Welche Förderung braucht der Kurzfilm?

Hintergrund

Es ist schon einige Jahre her, als unter diesem Motto während der Oberhausener Kurzfilmtage über die „richtige“ Förderung des Kurzfilms diskutiert wurde. Die Antwort ist nach wie vor einfach und wenig überraschend: möglichst jede Förderung. Mit möglichst viel Geld. Es kann gar nicht genug sein.

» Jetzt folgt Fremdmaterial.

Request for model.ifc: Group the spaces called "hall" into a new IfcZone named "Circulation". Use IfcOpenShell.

First a look at what the model holds.

```python
import ifcopenshell

model = ifcopenshell.open("model.ifc")
print(model.schema)
seen = {}
for space in model.by_type("IfcSpace"):
    seen[space.LongName] = seen.get(space.LongName, 0) + 1
for name, count in sorted(seen.items(), key=str):
    print(count, "x", name)
print("zones:", [z.Name for z in model.by_type("IfcZone")][:20])
```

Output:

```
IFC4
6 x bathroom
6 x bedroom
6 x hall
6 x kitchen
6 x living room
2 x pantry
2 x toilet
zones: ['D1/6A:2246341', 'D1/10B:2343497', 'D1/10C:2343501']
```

```python
import ifcopenshell
import ifcopenshell.api.group
import ifcopenshell.api.root

model = ifcopenshell.open("model.ifc")

names = {"hall"}
spaces = [s for s in model.by_type("IfcSpace") if s.LongName in names]

zone = ifcopenshell.api.root.create_entity(model, ifc_class="IfcZone", name="Circulation")
ifcopenshell.api.group.assign_group(model, products=spaces, group=zone)
print(len(spaces), "spaces in", zone.Name)

model.write("model_rev.ifc")
```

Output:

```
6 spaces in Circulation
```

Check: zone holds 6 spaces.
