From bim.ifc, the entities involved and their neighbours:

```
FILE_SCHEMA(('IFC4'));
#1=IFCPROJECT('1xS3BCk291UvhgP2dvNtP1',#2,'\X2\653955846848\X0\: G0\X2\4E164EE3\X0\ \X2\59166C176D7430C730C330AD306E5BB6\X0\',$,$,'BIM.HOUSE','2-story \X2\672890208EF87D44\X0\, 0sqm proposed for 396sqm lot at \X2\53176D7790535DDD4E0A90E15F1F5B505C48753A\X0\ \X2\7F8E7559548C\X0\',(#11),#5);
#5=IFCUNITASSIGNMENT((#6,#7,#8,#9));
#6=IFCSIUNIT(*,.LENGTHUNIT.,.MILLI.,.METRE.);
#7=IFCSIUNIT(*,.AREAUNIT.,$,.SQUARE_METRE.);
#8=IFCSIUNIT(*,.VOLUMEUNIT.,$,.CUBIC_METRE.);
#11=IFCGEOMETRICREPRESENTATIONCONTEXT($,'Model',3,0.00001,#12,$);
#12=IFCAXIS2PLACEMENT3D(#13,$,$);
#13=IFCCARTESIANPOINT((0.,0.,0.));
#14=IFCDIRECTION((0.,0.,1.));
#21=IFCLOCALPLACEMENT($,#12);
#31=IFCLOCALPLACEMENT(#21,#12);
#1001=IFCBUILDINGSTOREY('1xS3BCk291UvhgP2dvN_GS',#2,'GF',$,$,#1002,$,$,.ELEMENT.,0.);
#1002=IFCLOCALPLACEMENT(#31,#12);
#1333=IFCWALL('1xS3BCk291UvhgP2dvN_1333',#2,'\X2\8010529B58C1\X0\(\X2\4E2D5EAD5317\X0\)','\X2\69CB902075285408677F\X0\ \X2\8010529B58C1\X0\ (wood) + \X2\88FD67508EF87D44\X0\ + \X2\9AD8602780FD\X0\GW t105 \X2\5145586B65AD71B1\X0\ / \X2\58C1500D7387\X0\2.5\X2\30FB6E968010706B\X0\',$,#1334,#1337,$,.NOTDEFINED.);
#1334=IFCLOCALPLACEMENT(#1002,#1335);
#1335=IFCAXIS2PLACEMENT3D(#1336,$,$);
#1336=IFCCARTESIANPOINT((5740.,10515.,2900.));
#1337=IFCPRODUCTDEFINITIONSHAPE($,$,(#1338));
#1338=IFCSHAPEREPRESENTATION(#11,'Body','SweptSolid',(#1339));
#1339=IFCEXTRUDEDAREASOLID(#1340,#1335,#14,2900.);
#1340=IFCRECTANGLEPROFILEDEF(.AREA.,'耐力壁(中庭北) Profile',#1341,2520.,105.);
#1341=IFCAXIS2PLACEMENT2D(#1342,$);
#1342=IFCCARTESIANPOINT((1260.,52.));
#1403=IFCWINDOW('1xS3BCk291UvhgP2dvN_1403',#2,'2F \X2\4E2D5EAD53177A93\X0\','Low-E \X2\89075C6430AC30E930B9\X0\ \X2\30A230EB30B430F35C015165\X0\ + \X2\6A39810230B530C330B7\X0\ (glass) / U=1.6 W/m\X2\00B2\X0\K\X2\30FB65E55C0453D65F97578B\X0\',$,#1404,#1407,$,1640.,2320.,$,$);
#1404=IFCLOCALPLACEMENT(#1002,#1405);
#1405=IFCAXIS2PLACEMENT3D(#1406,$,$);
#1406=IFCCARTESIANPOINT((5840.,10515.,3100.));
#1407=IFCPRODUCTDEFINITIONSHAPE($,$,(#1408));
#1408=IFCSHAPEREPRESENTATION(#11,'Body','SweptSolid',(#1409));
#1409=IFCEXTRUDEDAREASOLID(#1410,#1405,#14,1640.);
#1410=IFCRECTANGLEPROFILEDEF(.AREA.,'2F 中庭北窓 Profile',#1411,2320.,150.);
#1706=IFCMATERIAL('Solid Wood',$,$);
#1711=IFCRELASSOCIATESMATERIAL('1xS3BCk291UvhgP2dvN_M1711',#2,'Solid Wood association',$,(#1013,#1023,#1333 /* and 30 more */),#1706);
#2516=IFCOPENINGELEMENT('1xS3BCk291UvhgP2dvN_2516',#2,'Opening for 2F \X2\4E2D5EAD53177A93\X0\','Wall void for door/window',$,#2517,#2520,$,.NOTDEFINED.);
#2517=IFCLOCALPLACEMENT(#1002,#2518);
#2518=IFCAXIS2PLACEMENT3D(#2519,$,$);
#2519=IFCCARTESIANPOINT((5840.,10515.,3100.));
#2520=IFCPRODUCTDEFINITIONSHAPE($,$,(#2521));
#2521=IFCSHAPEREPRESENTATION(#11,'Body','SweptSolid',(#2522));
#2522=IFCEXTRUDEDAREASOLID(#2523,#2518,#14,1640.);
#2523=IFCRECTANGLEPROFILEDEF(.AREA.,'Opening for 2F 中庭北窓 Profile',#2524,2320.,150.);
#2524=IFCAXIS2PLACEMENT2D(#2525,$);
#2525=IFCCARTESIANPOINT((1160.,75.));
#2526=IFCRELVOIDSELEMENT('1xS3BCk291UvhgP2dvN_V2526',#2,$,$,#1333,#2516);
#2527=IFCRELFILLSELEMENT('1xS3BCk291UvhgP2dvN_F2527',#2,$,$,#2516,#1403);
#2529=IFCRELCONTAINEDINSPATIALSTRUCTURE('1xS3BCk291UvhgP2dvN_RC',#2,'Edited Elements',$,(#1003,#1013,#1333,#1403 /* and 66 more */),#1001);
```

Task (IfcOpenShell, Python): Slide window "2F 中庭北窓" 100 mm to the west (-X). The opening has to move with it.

```python
import ifcopenshell
import ifcopenshell.api.geometry
import ifcopenshell.util.placement

model = ifcopenshell.open("bim.ifc")

window = model.by_id(1403)
opening = window.FillsVoids[0].RelatingOpeningElement
wall = opening.VoidsElements[0].RelatingBuildingElement

wall_matrix = ifcopenshell.util.placement.get_local_placement(wall.ObjectPlacement)
shift = wall_matrix[:3, 0] * -100.0
before = ifcopenshell.util.placement.get_local_placement(window.ObjectPlacement)[:3, 3].copy()

# The window is not placed relative to its opening, so move both.
for product in (opening, window):
    matrix = ifcopenshell.util.placement.get_local_placement(product.ObjectPlacement)
    matrix[:3, 3] += shift
    ifcopenshell.api.geometry.edit_object_placement(model, product=product, matrix=matrix, is_si=False)

after = ifcopenshell.util.placement.get_local_placement(window.ObjectPlacement)[:3, 3]
print("window moved by", (after - before).round(3) + 0.0)

model.write("bim_updated.ifc")
```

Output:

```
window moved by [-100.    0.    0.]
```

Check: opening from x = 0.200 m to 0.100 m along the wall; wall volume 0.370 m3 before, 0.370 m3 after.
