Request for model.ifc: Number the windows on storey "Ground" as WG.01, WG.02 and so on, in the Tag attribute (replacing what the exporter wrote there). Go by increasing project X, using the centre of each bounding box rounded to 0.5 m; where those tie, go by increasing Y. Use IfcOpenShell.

First a look at what the model holds.

```python
import ifcopenshell
import ifcopenshell.util.element
import ifcopenshell.util.placement

model = ifcopenshell.open("model.ifc")
print(model.schema)
storey = next(s for s in model.by_type("IfcBuildingStorey") if s.Name == "Ground")
windows = [e for e in ifcopenshell.util.element.get_decomposition(storey) if e.is_a("IfcWindow")]
for e in sorted(windows, key=lambda e: e.id()):
    origin = ifcopenshell.util.placement.get_local_placement(e.ObjectPlacement)[:3, 3]
    print(e.id(), e.Tag, e.Name, origin.round(2) + 0.0, sep=" | ")
```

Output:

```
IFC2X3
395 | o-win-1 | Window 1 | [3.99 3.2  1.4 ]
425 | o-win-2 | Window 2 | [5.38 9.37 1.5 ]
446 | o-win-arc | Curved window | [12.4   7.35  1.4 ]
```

```python
import ifcopenshell
import ifcopenshell.geom
import ifcopenshell.util.element
import ifcopenshell.util.shape

model = ifcopenshell.open("model.ifc")
settings = ifcopenshell.geom.settings()
settings.set("use-world-coords", True)


def centre(element):
    shape = ifcopenshell.geom.create_shape(settings, element)
    return ifcopenshell.util.shape.get_bbox_centroid(shape.geometry)


storey = next(s for s in model.by_type("IfcBuildingStorey") if s.Name == "Ground")
windows = [e for e in ifcopenshell.util.element.get_decomposition(storey) if e.is_a("IfcWindow")]

# Insertion points can sit at a corner or the storey origin, so sort by the geometry (in metres).
centres = {e: centre(e) for e in windows}
windows.sort(key=lambda e: (round(centres[e][0] / 0.5), centres[e][1]))

for i, e in enumerate(windows, start=1):
    number = f"WG.{i:02d}"
    e.Tag = number
    print(e.id(), number)

model.write("model_v2.ifc")
```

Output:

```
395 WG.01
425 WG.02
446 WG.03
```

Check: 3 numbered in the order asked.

Tatsächlich ist es so, dass kaum einer der deutlich über 2000 Kurzfilme, die in Deutschland jährlich produziert werden, angemessen finanziert ist. Selbst dann, wenn Filmförderung und Fernsehsender mit an Bord sind, klafft meistens eine enorme Finanzierungslücke. Eine Lücke, die in der Regel nur durch Selbst- und Fremdausbeutung in Form von zurückgestellten oder erst gar nicht vorhandenen Gagen geschlossen werden kann.

Woran liegt es, dass die Kurzfilmproduktion kein tragbares Geschäftsmodell ist? Ein wichtiger Grund dürfte sein, dass es in Deutschland keinen Markt für Kurzfilme gibt. Viele hundert gute, spannende, interessante, zumindest aber sehenswerte Kurzfilme stehen einigen wenigen Sendeplätzen und Lizenzierungen durch Verleiher gegenüber. Die allermeisten Kurzfilme haben also keinen wirtschaftlichen Wert. Tatsächlich dürfte der Anteil der Kurzfilme, die ihre Produktionskosten (inkl. Rückstellungen, Beistellungen und Eigenleistungen) refinanzieren, im niedrigen einstelligen Prozentbereich liegen.

Die Konsequenzen hieraus sind dramatisch. Nicht nur deshalb, weil damit eine professionell-gewerbliche, auf Gewinn oder zumindest Einkünfte ausgerichtete Kurzfilmproduktion nahezu unmöglich ist. Viel schwerwiegender ist die Tatsache, dass sich die Idee „Kurzfilm hat keinen wirtschaftlichen Wert“ in den Köpfen aller Beteiligten festgesetzt hat. Autoren, Regisseure und alle anderen Kreativen, die mit ihrer Arbeit den Lebensunterhalt bestreiten wollen, wechseln so schnell wie möglich zu einem langen Format oder nehmen einen Brotjob an. Produzenten suchen sich ein lukratives Standbein, das ihr Unternehmen finanziert. Und die Förderer und Sendeanstalten? Sie nehmen genau dieses Verhalten zum Anlass, den Kurzfilm immer tiefer in der Schublade Nachwuchsfilm zu verorten.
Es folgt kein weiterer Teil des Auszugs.